Collatz Conjecture (OEIS A006577)
GolfScript, 24 23 21 20 18 chars
~{(}{3*).2%6\?/}/,
Assumes input on stdin. Online test
C - 50 47 characters
Poor little C unfortunately requires an awful amount of code for basic I/O, so shorting all that down has made the UI slightly unintuitive.

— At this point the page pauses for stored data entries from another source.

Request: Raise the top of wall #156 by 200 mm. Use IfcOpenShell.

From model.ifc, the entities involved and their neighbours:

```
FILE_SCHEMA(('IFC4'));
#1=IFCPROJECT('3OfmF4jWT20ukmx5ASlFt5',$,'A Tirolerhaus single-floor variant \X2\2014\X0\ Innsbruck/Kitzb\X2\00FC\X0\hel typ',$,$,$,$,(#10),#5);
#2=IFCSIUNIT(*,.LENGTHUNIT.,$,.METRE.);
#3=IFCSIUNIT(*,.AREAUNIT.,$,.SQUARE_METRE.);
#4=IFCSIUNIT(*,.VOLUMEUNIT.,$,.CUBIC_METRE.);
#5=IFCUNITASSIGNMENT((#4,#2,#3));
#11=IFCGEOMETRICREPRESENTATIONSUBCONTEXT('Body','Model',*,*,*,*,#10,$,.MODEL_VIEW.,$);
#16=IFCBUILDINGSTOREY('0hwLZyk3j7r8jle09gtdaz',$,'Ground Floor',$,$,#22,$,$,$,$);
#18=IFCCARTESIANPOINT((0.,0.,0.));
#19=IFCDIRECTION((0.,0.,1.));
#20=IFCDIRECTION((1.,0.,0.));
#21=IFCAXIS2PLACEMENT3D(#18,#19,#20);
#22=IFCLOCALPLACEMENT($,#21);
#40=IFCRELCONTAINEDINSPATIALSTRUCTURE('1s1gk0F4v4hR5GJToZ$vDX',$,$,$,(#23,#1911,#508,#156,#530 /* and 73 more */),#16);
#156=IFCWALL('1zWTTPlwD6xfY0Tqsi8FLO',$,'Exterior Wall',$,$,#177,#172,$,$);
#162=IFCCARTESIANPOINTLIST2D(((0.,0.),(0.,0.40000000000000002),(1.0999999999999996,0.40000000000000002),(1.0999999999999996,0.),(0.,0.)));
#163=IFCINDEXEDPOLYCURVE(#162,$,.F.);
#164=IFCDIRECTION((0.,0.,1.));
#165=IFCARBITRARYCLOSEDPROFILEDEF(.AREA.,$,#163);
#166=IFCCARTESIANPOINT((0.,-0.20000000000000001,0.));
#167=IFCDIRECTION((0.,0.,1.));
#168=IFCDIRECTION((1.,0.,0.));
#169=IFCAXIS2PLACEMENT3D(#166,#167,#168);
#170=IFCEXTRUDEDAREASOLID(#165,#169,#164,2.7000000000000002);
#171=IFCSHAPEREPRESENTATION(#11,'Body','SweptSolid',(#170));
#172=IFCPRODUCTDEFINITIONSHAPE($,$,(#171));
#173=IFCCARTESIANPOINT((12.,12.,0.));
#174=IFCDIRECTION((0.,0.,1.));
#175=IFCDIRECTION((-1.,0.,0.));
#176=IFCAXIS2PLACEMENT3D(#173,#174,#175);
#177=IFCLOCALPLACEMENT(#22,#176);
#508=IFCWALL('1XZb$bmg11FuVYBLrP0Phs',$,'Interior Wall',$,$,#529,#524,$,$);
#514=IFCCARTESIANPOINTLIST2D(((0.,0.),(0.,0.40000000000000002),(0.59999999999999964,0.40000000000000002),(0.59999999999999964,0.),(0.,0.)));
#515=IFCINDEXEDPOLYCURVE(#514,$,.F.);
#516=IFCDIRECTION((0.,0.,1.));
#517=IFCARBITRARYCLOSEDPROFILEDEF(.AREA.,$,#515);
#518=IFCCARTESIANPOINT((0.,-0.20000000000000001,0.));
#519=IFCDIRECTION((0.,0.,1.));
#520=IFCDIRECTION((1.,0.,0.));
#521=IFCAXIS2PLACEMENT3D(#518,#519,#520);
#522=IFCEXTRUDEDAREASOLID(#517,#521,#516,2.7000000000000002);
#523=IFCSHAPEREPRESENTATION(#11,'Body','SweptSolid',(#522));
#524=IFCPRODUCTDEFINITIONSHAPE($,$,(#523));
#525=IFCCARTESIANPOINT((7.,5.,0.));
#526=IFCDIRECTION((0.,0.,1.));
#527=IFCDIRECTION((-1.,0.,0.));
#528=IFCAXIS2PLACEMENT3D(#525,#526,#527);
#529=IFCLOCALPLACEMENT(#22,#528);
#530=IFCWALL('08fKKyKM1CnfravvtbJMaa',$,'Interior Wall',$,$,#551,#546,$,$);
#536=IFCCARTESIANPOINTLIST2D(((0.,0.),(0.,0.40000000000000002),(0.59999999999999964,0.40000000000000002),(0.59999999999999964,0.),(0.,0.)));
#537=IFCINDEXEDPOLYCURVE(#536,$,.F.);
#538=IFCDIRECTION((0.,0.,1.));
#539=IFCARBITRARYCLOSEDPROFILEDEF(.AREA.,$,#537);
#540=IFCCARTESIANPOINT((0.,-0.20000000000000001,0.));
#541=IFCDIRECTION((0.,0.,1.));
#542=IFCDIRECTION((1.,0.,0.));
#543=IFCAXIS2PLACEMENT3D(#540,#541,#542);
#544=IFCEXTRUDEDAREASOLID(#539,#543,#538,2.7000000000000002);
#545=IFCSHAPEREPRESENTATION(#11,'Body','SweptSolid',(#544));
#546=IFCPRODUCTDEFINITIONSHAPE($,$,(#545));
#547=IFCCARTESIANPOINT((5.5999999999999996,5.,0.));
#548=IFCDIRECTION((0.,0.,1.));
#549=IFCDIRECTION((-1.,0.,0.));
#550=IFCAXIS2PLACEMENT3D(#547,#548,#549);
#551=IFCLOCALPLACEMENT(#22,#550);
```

```python
import ifcopenshell
import ifcopenshell.geom
import ifcopenshell.util.representation
import ifcopenshell.util.shape

model = ifcopenshell.open("model.ifc")
settings = ifcopenshell.geom.settings()


def volume(element):
    """Net volume in cubic metres, openings subtracted."""
    shape = ifcopenshell.geom.create_shape(settings, element)
    return ifcopenshell.util.shape.get_volume(shape.geometry)


wall = model.by_id(156)
before = volume(wall)

body = ifcopenshell.util.representation.get_representation(wall, "Model", "Body")
solid = body.Items[0]
old_height = solid.Depth
solid.Depth += 0.2
after = volume(wall)

print(f"height {old_height:g} -> {solid.Depth:g}, volume {before:.3f} -> {after:.3f} m3")

model.write("model_updated.ifc")
```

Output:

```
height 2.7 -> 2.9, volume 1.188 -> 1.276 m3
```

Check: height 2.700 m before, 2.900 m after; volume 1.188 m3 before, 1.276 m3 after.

b;main(a){return~-a?b++,main(a&1?3*a+1:a/2):b;}
Compile it with for example gcc -o 1 collatz.c
. The input is in unary with space-separated digits, and you will find the answer in the exit code. An example with the number 17:
$> ./1 1 1 1 1 1 1 1 1 1 1 1 1 1 1 1 1
$> echo $?
12
$>
Perl 34 (+1) chars
$\++,$_*=$_&1?3+1/$_:.5while$_>1}{
Abusing $\
for final output, as per usual. Run with the -p
command line option, input is taken from stdin
.
Saved one byte due to Elias Van Ootegem. Specifically, the observeration that the following two are equivalent:
$_=$_*3+1
$_*=3+1/$_
Although one byte longer, it saves two bytes by shortening $_/2
to just .5
.
Sample usage:
$ echo 176 | perl -p collatz.pl
18
PHP 54 bytes
<?for(;1<$n=&$argv[1];$c++)$n=$n&1?$n*3+1:$n/2;echo$c;
Javascript's archnemesis for the Wooden Spoon Award seems to have fallen a bit short in this challenge. There's not a whole lot of room for creativity with this problem, though. Input is taken as a command line argument.